REQUIREMENT: Using the listing below, copy every line that mentions "IFCRECTANGLEPROFILEDEF".

RECORD EXTRACTS:

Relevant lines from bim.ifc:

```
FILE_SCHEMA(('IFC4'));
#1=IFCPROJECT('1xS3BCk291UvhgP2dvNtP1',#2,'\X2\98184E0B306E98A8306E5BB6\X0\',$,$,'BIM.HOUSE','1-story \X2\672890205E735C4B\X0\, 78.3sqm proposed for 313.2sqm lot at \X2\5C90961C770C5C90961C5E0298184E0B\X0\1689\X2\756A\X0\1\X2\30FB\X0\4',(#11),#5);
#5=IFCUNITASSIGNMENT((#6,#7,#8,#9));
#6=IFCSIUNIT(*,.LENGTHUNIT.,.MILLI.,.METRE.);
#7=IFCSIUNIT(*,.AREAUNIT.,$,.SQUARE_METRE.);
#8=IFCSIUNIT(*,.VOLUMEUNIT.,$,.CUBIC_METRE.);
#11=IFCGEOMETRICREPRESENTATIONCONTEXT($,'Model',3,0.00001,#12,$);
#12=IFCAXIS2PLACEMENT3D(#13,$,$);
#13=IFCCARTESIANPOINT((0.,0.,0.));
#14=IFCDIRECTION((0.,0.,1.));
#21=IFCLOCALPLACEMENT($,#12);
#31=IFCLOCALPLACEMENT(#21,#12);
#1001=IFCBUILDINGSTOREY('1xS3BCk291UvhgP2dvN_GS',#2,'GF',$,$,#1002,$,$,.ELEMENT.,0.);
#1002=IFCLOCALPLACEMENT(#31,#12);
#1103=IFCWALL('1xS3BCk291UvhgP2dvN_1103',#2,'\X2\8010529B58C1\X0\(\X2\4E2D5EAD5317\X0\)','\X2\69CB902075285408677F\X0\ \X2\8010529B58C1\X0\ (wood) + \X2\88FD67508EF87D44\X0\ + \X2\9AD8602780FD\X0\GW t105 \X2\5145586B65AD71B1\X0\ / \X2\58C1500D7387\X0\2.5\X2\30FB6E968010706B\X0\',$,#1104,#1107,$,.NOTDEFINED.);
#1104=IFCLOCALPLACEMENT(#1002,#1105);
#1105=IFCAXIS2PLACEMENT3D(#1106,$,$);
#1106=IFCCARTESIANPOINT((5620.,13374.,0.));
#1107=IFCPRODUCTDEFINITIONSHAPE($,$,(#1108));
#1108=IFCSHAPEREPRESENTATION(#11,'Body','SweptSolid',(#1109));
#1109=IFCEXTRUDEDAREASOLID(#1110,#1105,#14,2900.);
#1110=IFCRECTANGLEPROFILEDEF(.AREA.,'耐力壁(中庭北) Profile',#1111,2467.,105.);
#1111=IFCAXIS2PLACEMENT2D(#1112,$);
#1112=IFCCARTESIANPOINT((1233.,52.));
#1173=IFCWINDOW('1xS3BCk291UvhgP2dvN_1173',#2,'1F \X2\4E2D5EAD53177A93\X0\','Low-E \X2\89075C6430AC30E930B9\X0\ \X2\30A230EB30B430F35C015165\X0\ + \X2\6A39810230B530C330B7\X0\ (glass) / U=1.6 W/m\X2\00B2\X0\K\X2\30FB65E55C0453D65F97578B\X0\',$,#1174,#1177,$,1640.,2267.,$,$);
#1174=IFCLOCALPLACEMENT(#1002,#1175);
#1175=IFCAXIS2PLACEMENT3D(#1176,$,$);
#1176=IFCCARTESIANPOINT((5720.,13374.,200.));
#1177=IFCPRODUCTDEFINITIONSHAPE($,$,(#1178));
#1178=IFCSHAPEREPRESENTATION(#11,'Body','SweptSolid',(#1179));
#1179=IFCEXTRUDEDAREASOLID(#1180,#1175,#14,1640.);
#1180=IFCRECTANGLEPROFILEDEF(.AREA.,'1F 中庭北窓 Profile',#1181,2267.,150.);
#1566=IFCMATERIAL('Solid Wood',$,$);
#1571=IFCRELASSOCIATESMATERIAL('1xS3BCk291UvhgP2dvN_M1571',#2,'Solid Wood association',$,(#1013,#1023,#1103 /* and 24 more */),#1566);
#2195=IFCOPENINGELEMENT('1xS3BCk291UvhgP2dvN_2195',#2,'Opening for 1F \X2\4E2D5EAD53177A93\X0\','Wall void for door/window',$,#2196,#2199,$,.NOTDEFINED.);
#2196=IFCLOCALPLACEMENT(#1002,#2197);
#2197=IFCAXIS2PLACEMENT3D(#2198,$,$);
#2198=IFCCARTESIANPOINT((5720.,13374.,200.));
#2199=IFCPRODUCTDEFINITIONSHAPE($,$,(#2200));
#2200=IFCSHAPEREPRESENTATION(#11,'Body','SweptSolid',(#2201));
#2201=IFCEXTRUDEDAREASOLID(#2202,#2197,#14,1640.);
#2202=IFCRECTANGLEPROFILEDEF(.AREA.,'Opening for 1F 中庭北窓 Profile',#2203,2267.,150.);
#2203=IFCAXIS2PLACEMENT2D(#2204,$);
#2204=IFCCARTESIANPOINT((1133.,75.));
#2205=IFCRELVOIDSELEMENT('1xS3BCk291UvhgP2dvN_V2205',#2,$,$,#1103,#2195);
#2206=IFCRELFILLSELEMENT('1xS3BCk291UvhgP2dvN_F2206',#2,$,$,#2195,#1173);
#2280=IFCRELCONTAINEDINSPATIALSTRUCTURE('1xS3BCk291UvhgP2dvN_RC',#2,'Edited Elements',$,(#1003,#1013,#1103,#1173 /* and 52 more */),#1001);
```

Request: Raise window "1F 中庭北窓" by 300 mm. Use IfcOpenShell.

```python
import numpy as np
import ifcopenshell
import ifcopenshell.api.geometry
import ifcopenshell.util.placement
import ifcopenshell.util.unit

model = ifcopenshell.open("bim.ifc")
unit_scale = ifcopenshell.util.unit.calculate_unit_scale(model)

window = model.by_guid("1xS3BCk291UvhgP2dvN_1173")
opening = window.FillsVoids[0].RelatingOpeningElement
dz = 0.3 / unit_scale

shift = np.array([0.0, 0.0, dz])
# The window is not placed relative to its opening, so move both.
for product in (opening, window):
    matrix = ifcopenshell.util.placement.get_local_placement(product.ObjectPlacement)
    matrix[:3, 3] += shift
    ifcopenshell.api.geometry.edit_object_placement(model, product=product, matrix=matrix, is_si=False)

print(f"moved by {dz * unit_scale:+.3f} m")

model.write("bim-out.ifc")
```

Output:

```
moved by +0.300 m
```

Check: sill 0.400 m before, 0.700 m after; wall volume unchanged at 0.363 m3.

PROBLEM SOLUTION:
#1110=IFCRECTANGLEPROFILEDEF(.AREA.,'耐力壁(中庭北) Profile',#1111,2467.,105.);
#1180=IFCRECTANGLEPROFILEDEF(.AREA.,'1F 中庭北窓 Profile',#1181,2267.,150.);
#2202=IFCRECTANGLEPROFILEDEF(.AREA.,'Opening for 1F 中庭北窓 Profile',#2203,2267.,150.);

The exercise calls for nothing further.